S.F. drug-death prevention program reports success in treating opiate overdoses 

click to enlarge Syringe Access Coordinator Anna McConnell holds a bottle of Naloxone (Narcan) at the needle exchange tables in the lobby of Glide where she trains people on how to use the drug in the event of an opiate overdose - MIKE KOOZMIN/SF EXAMINER
  • Mike Koozmin/SF Examiner
  • Syringe Access Coordinator Anna McConnell holds a bottle of Naloxone (Narcan) at the needle exchange tables in the lobby of Glide where she trains people on how to use the drug in the event of an opiate overdose
Anna McConnell and staff at Glide Memorial Church’s needle exchange program were elated earlier this month by the robotic voice coming from a Narcan auto-injector — a small handheld device used to reverse the effects of opiate overdoses.

“To inject, press black end against outer thigh,” the injector advised them, as night fell in the Tenderloin district.

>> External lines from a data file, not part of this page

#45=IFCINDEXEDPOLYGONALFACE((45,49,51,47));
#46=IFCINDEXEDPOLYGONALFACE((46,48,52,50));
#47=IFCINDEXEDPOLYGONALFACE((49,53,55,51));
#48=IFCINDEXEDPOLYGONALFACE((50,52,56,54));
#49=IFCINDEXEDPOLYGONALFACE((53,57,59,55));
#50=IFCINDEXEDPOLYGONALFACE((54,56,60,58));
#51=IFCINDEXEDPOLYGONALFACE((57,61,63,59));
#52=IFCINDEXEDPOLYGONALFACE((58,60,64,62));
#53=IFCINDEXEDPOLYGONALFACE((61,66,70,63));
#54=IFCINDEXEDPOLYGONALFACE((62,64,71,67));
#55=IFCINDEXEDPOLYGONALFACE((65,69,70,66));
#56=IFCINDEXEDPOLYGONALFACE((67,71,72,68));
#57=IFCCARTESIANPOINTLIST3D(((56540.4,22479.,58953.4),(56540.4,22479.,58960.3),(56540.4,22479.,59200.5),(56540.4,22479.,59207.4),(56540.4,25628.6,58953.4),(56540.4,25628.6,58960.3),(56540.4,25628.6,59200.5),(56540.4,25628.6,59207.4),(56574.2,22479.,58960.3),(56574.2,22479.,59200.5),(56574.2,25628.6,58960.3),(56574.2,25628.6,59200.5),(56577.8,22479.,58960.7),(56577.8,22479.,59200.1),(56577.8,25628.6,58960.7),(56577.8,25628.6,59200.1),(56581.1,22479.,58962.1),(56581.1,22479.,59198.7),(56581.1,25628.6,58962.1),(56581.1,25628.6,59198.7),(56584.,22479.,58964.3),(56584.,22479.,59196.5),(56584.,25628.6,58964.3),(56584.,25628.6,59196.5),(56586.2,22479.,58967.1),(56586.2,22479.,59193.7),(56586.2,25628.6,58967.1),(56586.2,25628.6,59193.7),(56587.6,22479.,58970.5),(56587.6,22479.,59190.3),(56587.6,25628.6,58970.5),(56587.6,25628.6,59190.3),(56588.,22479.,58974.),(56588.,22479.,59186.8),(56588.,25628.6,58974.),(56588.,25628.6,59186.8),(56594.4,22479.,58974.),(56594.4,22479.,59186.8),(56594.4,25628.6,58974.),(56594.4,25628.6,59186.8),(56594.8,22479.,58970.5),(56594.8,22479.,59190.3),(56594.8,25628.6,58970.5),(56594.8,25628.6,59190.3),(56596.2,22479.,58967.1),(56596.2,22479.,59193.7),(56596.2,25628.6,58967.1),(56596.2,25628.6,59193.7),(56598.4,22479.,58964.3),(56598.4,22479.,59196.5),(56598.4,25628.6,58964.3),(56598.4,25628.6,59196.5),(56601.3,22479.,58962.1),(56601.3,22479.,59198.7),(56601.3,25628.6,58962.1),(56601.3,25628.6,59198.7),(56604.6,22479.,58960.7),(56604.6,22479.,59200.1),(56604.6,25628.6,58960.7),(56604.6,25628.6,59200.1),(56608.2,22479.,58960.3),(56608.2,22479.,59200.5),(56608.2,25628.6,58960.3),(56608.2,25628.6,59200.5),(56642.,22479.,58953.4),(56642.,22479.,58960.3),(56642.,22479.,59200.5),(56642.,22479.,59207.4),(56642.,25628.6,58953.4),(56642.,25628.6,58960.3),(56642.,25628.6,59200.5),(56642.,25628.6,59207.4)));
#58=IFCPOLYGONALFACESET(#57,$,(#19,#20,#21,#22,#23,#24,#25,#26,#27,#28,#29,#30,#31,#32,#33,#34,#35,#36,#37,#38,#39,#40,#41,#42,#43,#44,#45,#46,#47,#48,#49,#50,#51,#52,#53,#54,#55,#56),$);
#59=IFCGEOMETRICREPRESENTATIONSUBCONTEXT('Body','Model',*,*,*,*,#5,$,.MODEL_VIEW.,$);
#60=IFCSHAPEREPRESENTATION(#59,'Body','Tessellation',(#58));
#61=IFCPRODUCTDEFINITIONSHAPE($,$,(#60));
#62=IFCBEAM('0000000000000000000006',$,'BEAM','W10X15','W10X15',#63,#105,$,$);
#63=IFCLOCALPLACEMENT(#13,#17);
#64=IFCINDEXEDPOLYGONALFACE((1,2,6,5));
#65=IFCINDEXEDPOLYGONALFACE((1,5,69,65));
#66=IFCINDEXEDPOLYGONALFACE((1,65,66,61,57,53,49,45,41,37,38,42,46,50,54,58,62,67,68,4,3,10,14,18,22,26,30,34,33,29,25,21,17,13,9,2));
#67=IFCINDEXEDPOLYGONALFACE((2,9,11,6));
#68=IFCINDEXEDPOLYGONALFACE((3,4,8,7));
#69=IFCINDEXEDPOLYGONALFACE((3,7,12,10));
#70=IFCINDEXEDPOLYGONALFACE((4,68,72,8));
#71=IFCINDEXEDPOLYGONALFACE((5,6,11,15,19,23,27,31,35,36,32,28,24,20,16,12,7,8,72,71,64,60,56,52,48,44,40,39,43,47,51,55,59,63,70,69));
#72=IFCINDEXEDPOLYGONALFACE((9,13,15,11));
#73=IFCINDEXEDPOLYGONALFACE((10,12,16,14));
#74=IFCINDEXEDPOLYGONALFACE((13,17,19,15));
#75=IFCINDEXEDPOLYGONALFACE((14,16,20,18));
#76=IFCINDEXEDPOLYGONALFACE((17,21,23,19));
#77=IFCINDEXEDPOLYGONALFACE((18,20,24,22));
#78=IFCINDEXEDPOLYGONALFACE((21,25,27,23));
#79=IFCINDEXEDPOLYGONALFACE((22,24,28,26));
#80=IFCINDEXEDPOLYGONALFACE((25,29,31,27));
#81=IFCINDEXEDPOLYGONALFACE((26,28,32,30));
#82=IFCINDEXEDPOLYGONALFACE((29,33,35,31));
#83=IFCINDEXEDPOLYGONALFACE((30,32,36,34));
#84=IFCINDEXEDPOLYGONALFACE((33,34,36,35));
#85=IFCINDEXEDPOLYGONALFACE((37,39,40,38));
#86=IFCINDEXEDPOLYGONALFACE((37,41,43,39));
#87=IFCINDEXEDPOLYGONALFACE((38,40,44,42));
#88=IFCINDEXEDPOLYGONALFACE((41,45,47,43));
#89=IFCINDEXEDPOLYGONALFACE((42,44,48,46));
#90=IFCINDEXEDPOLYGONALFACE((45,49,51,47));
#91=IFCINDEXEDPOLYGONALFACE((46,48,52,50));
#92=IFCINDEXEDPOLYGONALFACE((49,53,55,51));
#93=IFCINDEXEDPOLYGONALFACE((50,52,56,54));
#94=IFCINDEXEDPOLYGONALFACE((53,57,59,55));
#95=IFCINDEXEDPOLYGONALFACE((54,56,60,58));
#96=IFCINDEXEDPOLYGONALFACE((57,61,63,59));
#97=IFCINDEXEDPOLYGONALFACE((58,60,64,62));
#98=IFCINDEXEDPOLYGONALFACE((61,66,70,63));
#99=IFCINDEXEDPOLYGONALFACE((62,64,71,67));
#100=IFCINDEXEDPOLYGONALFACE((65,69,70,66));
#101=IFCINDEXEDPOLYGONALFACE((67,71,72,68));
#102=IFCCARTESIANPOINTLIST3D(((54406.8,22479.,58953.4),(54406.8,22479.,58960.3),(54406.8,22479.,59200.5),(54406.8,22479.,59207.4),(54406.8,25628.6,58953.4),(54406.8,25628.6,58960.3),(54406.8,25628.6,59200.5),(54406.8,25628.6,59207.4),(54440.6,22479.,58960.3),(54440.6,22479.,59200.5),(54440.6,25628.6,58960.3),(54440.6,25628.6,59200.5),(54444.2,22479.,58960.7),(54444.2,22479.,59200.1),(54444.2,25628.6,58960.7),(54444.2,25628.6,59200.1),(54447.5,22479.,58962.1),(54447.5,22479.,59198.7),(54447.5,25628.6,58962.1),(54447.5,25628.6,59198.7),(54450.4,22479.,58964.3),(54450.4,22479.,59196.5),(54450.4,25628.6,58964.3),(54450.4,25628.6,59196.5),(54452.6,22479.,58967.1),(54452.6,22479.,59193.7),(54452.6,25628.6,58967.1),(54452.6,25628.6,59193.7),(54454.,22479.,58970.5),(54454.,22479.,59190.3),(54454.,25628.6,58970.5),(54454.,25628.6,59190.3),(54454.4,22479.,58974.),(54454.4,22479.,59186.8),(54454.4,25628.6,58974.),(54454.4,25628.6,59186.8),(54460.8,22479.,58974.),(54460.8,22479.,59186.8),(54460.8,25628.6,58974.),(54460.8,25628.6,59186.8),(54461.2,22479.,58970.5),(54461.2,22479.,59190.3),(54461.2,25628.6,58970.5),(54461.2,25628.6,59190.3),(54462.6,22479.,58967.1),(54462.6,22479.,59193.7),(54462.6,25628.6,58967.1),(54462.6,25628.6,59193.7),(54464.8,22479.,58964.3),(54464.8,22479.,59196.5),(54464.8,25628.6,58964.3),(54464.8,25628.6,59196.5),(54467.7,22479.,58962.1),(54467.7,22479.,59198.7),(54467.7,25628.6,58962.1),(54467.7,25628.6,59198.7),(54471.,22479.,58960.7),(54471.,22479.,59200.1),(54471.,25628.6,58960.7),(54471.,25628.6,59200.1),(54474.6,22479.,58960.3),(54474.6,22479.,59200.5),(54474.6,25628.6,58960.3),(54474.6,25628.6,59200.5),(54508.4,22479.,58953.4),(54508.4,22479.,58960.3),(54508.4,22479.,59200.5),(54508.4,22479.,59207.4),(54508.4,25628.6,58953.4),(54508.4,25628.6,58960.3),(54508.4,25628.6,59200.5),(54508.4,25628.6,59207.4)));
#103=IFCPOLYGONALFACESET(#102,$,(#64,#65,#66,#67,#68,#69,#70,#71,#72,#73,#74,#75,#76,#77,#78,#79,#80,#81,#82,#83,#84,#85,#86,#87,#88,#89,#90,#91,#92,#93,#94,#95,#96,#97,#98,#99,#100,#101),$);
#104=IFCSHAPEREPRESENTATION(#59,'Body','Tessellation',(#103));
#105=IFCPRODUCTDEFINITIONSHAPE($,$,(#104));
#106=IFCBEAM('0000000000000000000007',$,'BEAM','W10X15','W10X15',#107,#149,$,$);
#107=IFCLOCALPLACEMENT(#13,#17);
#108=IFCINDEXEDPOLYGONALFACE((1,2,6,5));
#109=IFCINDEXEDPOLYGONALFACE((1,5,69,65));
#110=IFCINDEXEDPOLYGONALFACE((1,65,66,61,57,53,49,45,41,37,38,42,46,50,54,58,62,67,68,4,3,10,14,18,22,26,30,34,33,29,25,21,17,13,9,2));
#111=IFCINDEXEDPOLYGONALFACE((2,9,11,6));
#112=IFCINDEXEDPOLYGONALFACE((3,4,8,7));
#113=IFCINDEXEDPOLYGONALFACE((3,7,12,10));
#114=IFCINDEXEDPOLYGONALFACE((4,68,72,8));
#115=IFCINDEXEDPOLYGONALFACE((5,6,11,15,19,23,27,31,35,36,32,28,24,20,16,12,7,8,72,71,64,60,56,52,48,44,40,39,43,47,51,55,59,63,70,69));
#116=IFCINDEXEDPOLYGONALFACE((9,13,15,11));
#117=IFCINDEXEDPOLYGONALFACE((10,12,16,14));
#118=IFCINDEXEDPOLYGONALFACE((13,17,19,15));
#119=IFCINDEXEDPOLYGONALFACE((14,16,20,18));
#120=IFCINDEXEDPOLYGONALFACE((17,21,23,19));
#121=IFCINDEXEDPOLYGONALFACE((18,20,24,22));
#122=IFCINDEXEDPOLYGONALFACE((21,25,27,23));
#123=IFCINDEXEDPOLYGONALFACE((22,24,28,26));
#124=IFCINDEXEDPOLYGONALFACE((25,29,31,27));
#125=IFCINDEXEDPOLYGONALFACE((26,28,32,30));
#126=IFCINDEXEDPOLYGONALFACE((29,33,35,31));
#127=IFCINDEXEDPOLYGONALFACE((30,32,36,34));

McConnell, the program’s syringe access coordinator, complied with the instructions. Her coworkers stopped setting up boxes filled with fresh needles of all sizes, instead listening in to the innovative Narcan device, a counterpart of limited quantity to the standard syringe and nasal spray forms. And then it began to count down: “Five, four, three, two, one — injection complete.”

In a few simple steps, the Narcan auto-injector has the potential to save a life — no syringe required. In the last year alone, the DOPE Project recorded 365 reports of prevented overdoses by Narcan devices through 10 partner programs, including Glide.

“I’ve done two Narcans myself,” McConnell said, turning the brand name for Naloxone into a verb. Both times, she opted to use the syringe version of the product to pull people out of overdoses.

“It’s a pretty powerful experience,” she said.

The DOPE Project’s recorded amount of opiate-overdose reversals has increased over four years; from 58 in 2010, 122 in 2011, 276 in 2012, 274 in 2013, to 365 last year.

“What we’re really dealing with is death,” said Eliza Wheeler, executive director of The DOPE Project. “So our numbers [the overdose referrals] don’t really reflect how many people are using but how many people are not dying.”

In recent years, overdoses from prescription opiates have surpassed the amount of heroin-related deaths in The City. Ninety people died from prescription opiates in 2012, compared to 10 heroin-related deaths that same year, according to the most recent estimates by Phillip Coffin, director of substance use research at the San Francisco Department of Public Health.

The DOPE Project has aimed to prevent such deaths since 2003, when it teamed up with the San Francisco Department of Public Health to distribute Narcan at needle exchanges. It has since expanded to about 70 sites per month, including jail health and substance-use treatment centers, Wheeler said.

Whenever a person returns to a Narcan distribution site to refill on the drug, a worker or volunteer records whether the person used Narcan to reverse an overdose, gave it away or lost it. Last year, 49 of the 365 reversals were reported to the needle exchange at Glide, McConnell said. “That means almost every night that we’re open here someone comes in that’s going to use Narcan,” McConnell said. The needle exchange is set up Monday and Tuesday nights, but the church offers Narcan and Narcan training every weekday.

Heroin use across the Bay Area remains low, according to the most recent data from the National Institute on Drug Abuse. Heroin treatment admissions only slightly increased between 2011 and 2013, making up 16.4-17.5 percent of all admissions in the Bay Area. Likewise, treatment numbers for other opiates including prescription drugs oxycodone and morphine stabilized in those years.

People become at risk for an overdose depending on whether or not they mix drugs, the strength or quality of a drug and the user’s tolerance — such as if the user was just released from prison or relapsed, McConnell said.

“A lot of times we’re the first kind of medical providers that people have interacted with,” McConnell said. “It becomes a conversation about so much more than the Narcan.”

McConnell said her firsthand experience with administering Narcan on the street has made it easier for her to empathize with the people she trains.